### MATERIAL PROVIDED

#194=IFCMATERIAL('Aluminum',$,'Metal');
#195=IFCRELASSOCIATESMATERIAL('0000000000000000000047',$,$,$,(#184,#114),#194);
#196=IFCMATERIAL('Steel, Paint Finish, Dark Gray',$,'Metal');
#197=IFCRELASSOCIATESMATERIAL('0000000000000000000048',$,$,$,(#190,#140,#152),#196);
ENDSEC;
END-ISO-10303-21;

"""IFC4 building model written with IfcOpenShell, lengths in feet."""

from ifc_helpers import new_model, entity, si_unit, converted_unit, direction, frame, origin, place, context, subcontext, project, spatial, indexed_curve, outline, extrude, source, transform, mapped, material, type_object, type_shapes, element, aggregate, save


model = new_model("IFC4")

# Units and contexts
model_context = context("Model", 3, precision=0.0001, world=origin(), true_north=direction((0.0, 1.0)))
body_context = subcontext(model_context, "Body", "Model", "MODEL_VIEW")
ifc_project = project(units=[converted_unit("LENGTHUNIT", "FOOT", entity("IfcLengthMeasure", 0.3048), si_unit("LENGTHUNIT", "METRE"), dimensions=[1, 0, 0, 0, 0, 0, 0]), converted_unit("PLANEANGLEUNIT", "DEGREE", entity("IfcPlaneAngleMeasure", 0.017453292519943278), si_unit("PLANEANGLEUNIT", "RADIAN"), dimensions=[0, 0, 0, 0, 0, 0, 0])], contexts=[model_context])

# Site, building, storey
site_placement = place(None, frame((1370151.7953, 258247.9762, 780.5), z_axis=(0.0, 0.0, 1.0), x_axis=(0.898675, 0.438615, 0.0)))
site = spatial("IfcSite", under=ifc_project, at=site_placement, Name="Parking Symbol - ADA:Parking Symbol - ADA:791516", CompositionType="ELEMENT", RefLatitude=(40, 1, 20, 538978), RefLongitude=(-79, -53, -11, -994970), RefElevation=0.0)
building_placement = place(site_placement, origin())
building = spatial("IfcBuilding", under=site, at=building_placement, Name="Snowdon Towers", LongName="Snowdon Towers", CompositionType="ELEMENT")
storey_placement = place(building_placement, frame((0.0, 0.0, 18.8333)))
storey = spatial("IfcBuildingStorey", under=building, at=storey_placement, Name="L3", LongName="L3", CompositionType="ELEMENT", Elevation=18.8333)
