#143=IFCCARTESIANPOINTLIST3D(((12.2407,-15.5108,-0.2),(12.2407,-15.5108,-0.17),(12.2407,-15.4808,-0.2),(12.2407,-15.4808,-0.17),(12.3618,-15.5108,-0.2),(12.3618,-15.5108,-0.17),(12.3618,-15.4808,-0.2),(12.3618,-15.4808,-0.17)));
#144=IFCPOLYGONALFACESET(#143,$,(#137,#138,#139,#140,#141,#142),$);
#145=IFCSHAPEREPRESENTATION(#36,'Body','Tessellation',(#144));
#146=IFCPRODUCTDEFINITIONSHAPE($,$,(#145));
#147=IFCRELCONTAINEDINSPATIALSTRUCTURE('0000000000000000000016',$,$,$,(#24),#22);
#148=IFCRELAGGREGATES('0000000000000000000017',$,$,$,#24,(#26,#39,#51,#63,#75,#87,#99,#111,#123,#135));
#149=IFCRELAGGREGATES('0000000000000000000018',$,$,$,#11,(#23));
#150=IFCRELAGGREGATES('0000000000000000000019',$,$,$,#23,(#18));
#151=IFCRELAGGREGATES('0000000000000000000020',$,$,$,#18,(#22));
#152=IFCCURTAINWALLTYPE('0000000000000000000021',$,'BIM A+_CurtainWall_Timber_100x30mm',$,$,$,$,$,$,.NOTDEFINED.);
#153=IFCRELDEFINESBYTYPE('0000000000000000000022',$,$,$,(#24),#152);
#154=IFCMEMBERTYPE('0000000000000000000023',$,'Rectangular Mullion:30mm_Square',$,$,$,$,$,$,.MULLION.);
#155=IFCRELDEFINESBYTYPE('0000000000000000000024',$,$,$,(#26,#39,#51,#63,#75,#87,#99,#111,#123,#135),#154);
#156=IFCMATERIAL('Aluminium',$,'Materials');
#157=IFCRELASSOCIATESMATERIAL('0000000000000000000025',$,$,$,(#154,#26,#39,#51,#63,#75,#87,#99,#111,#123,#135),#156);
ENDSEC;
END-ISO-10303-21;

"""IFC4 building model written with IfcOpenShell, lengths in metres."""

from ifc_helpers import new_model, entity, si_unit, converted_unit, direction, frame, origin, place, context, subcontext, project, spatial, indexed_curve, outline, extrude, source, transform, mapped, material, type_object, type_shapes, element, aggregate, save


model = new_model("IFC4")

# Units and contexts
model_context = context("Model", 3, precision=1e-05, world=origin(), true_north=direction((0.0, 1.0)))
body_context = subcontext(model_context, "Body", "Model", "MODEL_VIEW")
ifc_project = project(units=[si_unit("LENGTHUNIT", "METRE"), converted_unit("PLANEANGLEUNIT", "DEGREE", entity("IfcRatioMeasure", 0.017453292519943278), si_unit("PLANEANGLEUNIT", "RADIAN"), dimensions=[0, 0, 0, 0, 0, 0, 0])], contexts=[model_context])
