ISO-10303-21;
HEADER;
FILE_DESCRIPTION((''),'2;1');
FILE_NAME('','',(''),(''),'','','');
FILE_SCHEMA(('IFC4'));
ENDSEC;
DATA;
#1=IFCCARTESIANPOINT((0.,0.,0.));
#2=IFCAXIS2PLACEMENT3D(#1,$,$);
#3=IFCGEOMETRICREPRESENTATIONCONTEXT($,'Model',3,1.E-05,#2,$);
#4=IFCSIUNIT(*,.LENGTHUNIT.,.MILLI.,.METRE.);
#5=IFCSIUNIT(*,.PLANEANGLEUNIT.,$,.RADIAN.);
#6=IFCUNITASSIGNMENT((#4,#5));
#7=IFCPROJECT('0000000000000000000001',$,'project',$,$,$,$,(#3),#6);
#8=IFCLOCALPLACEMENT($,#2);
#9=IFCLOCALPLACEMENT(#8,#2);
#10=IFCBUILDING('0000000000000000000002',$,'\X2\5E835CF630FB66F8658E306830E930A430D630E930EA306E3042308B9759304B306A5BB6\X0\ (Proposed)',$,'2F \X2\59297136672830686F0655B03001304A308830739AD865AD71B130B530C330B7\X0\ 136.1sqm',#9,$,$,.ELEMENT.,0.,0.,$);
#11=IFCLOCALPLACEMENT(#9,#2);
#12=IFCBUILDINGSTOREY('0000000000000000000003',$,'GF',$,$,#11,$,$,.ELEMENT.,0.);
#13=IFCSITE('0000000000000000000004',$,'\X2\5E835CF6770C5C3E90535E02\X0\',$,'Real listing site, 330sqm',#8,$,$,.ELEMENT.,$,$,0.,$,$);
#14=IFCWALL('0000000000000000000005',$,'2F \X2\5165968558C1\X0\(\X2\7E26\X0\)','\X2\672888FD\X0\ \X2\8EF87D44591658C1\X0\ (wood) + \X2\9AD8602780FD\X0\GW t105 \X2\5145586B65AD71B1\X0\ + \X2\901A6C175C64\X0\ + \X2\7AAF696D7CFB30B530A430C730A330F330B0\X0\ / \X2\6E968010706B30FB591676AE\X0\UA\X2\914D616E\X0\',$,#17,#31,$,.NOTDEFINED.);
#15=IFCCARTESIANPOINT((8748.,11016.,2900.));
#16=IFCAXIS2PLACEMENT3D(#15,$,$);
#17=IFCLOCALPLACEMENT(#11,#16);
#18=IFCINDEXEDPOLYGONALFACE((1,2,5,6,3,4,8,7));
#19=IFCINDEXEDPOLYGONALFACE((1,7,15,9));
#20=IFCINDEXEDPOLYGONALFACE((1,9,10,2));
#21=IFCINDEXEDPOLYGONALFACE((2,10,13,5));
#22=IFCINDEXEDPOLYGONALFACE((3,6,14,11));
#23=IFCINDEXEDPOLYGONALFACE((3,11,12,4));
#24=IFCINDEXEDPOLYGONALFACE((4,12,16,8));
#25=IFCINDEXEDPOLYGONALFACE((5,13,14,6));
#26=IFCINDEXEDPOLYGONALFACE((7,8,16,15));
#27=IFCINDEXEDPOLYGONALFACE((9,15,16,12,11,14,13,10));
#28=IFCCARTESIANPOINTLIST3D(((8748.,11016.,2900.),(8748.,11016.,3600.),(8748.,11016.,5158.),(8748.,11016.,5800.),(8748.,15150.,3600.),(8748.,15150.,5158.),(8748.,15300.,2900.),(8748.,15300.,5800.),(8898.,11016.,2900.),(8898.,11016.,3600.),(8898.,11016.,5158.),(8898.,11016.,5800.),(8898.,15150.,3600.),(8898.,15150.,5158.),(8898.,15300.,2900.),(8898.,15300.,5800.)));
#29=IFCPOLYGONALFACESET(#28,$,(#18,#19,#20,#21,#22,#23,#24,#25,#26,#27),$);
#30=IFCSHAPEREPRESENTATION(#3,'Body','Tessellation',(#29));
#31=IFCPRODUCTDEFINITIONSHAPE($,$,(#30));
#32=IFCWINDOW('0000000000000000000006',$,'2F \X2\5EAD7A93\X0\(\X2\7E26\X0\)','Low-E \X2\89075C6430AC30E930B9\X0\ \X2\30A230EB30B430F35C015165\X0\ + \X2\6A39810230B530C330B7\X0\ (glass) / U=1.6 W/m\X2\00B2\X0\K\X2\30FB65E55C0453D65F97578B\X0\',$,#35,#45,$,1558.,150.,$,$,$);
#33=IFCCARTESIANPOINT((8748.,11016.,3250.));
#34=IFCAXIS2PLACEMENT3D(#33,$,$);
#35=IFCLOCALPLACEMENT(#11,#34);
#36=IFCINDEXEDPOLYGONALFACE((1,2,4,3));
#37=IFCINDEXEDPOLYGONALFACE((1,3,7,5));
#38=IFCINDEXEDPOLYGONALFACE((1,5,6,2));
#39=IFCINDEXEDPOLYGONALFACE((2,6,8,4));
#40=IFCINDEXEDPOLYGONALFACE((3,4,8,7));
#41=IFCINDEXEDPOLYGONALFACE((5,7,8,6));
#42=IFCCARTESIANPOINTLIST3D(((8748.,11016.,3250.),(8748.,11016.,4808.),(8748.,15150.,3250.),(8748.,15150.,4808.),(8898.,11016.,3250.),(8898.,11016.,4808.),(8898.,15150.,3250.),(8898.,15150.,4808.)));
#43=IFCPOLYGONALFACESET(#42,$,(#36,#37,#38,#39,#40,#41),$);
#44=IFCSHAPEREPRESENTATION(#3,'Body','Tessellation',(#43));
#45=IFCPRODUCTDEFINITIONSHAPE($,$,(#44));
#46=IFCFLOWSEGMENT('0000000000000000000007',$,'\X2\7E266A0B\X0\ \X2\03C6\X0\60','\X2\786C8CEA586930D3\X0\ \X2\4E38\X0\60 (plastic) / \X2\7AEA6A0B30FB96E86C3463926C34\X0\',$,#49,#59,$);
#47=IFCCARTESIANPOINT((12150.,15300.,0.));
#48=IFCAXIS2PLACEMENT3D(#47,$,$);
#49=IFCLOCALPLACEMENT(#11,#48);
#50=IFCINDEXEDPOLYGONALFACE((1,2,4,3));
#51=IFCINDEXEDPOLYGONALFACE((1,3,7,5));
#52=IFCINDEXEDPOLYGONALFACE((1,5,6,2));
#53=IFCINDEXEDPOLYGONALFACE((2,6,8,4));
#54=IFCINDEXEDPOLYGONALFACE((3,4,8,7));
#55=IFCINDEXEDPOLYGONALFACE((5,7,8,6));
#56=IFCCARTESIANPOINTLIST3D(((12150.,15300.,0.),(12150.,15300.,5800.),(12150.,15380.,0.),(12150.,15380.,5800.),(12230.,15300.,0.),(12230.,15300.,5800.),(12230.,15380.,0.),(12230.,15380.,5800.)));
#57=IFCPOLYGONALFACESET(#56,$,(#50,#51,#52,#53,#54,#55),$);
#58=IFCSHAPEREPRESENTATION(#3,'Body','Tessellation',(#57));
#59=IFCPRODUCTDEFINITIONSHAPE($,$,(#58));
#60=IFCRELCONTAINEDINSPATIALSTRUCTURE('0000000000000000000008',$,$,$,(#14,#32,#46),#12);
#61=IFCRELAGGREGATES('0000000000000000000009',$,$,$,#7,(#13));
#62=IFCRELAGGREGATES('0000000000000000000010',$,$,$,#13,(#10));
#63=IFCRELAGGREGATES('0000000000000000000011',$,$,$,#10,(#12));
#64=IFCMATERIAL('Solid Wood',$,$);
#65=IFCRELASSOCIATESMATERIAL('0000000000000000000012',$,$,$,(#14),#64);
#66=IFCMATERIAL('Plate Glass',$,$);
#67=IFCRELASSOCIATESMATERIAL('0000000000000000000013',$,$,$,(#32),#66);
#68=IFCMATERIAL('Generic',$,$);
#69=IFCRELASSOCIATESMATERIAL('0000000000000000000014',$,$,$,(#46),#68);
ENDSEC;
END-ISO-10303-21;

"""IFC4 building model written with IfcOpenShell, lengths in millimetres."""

from ifc_helpers import new_model, si_unit, frame, frame_2d, origin, place, context, project, spatial, rectangle, extrude, material, element, fill, save


model = new_model("IFC4")

# Units and contexts
model_context = context("Model", 3, precision=1e-05, world=origin())
ifc_project = project(units=[si_unit("LENGTHUNIT", "METRE", prefix="MILLI"), si_unit("PLANEANGLEUNIT", "RADIAN")], contexts=[model_context])

# Site, building, storey
site_placement = place(None, origin())
site = spatial("IfcSite", under=ifc_project, at=site_placement, Name="広島県尾道市", ObjectType="Real listing site, 330sqm", CompositionType="ELEMENT", RefElevation=0.0)
building_placement = place(site_placement, origin())
building = spatial("IfcBuilding", under=site, at=building_placement, Name="広島・書斎とライブラリのある静かな家 (Proposed)", ObjectType="2F 天然木と漆喰、および高断熱サッシ 136.1sqm", CompositionType="ELEMENT", ElevationOfRefHeight=0.0, ElevationOfTerrain=0.0)
storey_placement = place(building_placement, origin())
storey = spatial("IfcBuildingStorey", under=building, at=storey_placement, Name="GF", CompositionType="ELEMENT", Elevation=0.0)

# Shared definitions
ifc_material_1 = material(Name="Solid Wood")

# Shared definitions
ifc_material_2 = material(Name="Plate Glass")

# Wall, opening, window
wall_1_placement = place(storey_placement, frame((8748.0, 11016.0, 2900.0)))
wall_1 = element("IfcWall", 1, at=wall_1_placement, inside=storey, material=ifc_material_1, Name="2F 入隅壁(縦)", Description="木製 軸組外壁 (wood) + 高性能GW t105 充填断熱 + 通気層 + 窯業系サイディング / 準耐火・外皮UA配慮", PredefinedType="NOTDEFINED", context=model_context, shape_type="SweptSolid", body=[
    extrude(rectangle(XDim=150.0, YDim=4284.0, at=frame_2d((75.0, 2142.0))), frame((8748.0, 11016.0, 2900.0)), (0.0, 0.0, 1.0), 2900.0),
])
opening_1_placement = place(storey_placement, frame((8748.0, 11016.0, 3250.0)))
opening_1 = element("IfcOpeningElement", 2, at=opening_1_placement, cuts=wall_1, PredefinedType="NOTDEFINED", context=model_context, shape_type="SweptSolid", body=[
    extrude(rectangle(XDim=150.0, YDim=4134.0, at=frame_2d((75.0, 2067.0))), frame((8748.0, 11016.0, 3250.0)), (0.0, 0.0, 1.0), 1558.0),
])
window_1_placement = place(storey_placement, frame((8748.0, 11016.0, 3250.0)))
window_1 = element("IfcWindow", 3, at=window_1_placement, inside=storey, material=ifc_material_2, Name="2F 庭窓(縦)", Description="Low-E 複層ガラス アルゴン封入 + 樹脂サッシ (glass) / U=1.6 W/m²K・日射取得型", OverallHeight=1558.0, OverallWidth=150.0, context=model_context, shape_type="SweptSolid", body=[
    extrude(rectangle(XDim=150.0, YDim=4134.0, at=frame_2d((75.0, 2067.0))), frame((8748.0, 11016.0, 3250.0)), (0.0, 0.0, 1.0), 1558.0),
])
fill(opening_1, window_1)

# Flow segment
ifc_material_3 = material(Name="Generic")
flow_segment_placement = place(storey_placement, frame((12150.0, 15300.0, 0.0)))
element("IfcFlowSegment", 4, at=flow_segment_placement, inside=storey, material=ifc_material_3, Name="縦樋 φ60", Description="硬質塩ビ 丸60 (plastic) / 竪樋・雨水排水", context=model_context, shape_type="SweptSolid", body=[
    extrude(rectangle(XDim=80.0, YDim=80.0, at=frame_2d((40.0, 40.0))), frame((12150.0, 15300.0, 0.0)), (0.0, 0.0, 1.0), 5800.0),
])

save(model, "model.ifc")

######

■ YOUR OBJECTIVE
Go through the records above and report how many lines contain "IFCRELASSOCIATESMATERIAL". Write the number only.

■ SOLUTION TO THE PROBLEM
6